Al incorporarse, el médico se lavaba las manos en la pileta pequeña y, sin mirarlo, le hablaba de unas placas y repetía algo así como evolución; al mismo tiempo le recomendaba que no se asustara. Y él imaginó que no le hablaba a su persona, si no a otro, tal vez al fantasma que aún permanecía en la camilla.

¿Qué no me asustara?, recordó durante el regreso dentro del taxi o ¿qué no me asuste? Una diferencia en el condicional es importante, se dijo mientras entraba a su casa.

Las mismas palabras lo acompañaron al caer la tarde y se tendieron junto a él, cuando le llegó el momento de acostarse.

Esa noche durmió mal.
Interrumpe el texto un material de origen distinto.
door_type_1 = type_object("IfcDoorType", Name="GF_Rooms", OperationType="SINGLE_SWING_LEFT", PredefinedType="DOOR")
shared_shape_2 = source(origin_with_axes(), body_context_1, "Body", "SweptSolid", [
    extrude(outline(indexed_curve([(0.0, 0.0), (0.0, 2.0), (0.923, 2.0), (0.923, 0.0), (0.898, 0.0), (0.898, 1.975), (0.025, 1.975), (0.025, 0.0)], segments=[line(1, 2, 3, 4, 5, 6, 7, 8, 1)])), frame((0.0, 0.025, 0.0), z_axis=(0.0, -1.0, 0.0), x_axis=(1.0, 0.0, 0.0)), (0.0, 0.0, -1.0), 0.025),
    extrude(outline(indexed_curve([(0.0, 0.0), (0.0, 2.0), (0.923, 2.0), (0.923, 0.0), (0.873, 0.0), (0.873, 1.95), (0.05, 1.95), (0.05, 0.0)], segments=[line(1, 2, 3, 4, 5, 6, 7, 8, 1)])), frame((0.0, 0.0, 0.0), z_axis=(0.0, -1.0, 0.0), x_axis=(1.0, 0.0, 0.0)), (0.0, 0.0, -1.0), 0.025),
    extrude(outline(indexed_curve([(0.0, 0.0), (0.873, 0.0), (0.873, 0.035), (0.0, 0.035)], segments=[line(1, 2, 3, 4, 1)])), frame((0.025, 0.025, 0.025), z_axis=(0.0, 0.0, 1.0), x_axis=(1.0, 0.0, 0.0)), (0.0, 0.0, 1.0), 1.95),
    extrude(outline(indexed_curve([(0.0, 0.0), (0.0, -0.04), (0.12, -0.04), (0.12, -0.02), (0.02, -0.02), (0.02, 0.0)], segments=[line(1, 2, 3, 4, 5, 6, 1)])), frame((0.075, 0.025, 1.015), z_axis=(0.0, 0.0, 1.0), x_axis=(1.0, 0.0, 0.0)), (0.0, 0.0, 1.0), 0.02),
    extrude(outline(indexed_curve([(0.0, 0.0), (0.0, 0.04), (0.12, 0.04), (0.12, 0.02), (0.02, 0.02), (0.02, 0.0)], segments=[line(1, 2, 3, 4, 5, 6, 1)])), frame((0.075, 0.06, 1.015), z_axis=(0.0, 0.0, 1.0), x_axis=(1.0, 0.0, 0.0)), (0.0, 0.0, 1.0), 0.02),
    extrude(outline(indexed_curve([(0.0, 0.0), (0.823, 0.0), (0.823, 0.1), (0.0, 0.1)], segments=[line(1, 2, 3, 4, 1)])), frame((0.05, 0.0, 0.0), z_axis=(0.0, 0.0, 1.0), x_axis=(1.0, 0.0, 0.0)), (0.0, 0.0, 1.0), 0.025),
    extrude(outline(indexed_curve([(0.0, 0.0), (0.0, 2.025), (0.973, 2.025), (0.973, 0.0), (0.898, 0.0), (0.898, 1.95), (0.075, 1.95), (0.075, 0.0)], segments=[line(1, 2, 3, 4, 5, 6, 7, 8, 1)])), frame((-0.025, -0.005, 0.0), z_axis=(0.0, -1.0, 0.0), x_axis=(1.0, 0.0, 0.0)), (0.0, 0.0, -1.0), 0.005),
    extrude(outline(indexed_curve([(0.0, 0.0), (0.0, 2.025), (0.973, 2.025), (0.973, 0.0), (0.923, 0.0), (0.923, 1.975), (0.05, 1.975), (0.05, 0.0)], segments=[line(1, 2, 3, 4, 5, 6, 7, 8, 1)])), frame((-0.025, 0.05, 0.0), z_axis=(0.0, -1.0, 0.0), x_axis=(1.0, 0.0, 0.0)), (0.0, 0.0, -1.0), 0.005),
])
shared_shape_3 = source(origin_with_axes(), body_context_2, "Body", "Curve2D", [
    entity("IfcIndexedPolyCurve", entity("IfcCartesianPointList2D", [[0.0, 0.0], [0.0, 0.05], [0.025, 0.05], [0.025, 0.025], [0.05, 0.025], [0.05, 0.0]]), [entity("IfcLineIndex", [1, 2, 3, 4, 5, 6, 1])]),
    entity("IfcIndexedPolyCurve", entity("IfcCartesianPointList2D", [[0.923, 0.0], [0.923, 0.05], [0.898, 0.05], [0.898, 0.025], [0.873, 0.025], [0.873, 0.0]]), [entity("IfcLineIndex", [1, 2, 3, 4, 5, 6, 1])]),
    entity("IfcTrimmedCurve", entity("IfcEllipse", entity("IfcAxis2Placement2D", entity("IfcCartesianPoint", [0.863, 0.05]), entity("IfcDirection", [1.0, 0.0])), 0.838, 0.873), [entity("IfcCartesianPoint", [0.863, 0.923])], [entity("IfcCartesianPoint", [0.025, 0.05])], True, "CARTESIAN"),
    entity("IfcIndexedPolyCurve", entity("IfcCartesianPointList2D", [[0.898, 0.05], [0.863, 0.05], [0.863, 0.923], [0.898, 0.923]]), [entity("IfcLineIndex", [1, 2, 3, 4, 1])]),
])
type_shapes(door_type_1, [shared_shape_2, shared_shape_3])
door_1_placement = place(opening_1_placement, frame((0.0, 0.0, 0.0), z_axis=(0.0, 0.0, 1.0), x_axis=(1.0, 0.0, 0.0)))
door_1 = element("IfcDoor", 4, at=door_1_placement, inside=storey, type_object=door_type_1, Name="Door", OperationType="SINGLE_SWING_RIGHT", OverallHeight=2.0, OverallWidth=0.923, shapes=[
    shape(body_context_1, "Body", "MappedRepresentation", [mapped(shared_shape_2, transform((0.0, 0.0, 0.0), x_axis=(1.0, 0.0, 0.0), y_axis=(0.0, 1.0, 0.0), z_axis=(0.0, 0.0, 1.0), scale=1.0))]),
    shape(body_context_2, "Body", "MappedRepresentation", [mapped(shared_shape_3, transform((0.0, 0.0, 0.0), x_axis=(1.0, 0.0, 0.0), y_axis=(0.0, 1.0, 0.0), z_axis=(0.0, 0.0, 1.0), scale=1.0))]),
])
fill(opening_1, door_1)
Bañado en sudor y sediento, tuvo calor y tuvo frío; espasmos de fiebre lo hicieron delirar y varias veces se despertó para volver a caer enseguida en el mismo sopor intolerable.

Cuando llegó la mañana, los segundos diarios y acostumbrados del alivio se le extraviaron bajo un peso nuevo que se localizaba en la espalda, en aquel lugar donde había encontrado las manchas. Con los dedos temblorosos, y antes de levantarse, organizó sus pastillas para intentar tomarlas.

Cuando por fin pudo ponerse de pie, sintió que algo le rozaba ambos hombros y vencía sus brazos de por sí débiles. Casi arrastrándose, llegó hasta el baño y se plantó frente al espejo.

A cada lado de su cuerpo sobresalían, agitándose con suavidad, dos alas azules.

Las miró, tan incrédulo como igual de embelesado.

Las acarició primero y luego se animó a tocarlas, mientras fue retrocediendo para descubrir, desde esa perspectiva más completa, cómo las alas se estiraban hacia ambos lados, y cómo se plegaban y desplegaban al ritmo de su respiración.

Regresó al cuarto. El descubrimiento le había provocado admiración y por primera vez se sentía, sin saber definirlo muy bien, libre. Se detuvo frente a la ventana abierta. Las alas entonces se iluminaron de luz y vibraron expectantes, desdoblándose anchas como un pájaro ante el roce del viento.

Tomando cada una de las puntas las atrajo y las dobló sobre su pecho.

El abrigo de las plumas suaves le provocó una sensación de plenitud como nunca antes había experimentado.

Luego de unos minutos las soltó y las alas volvieron a extenderse.

Entonces las dejó hacer.

Como un pájaro en esa nueva realidad, sin límites.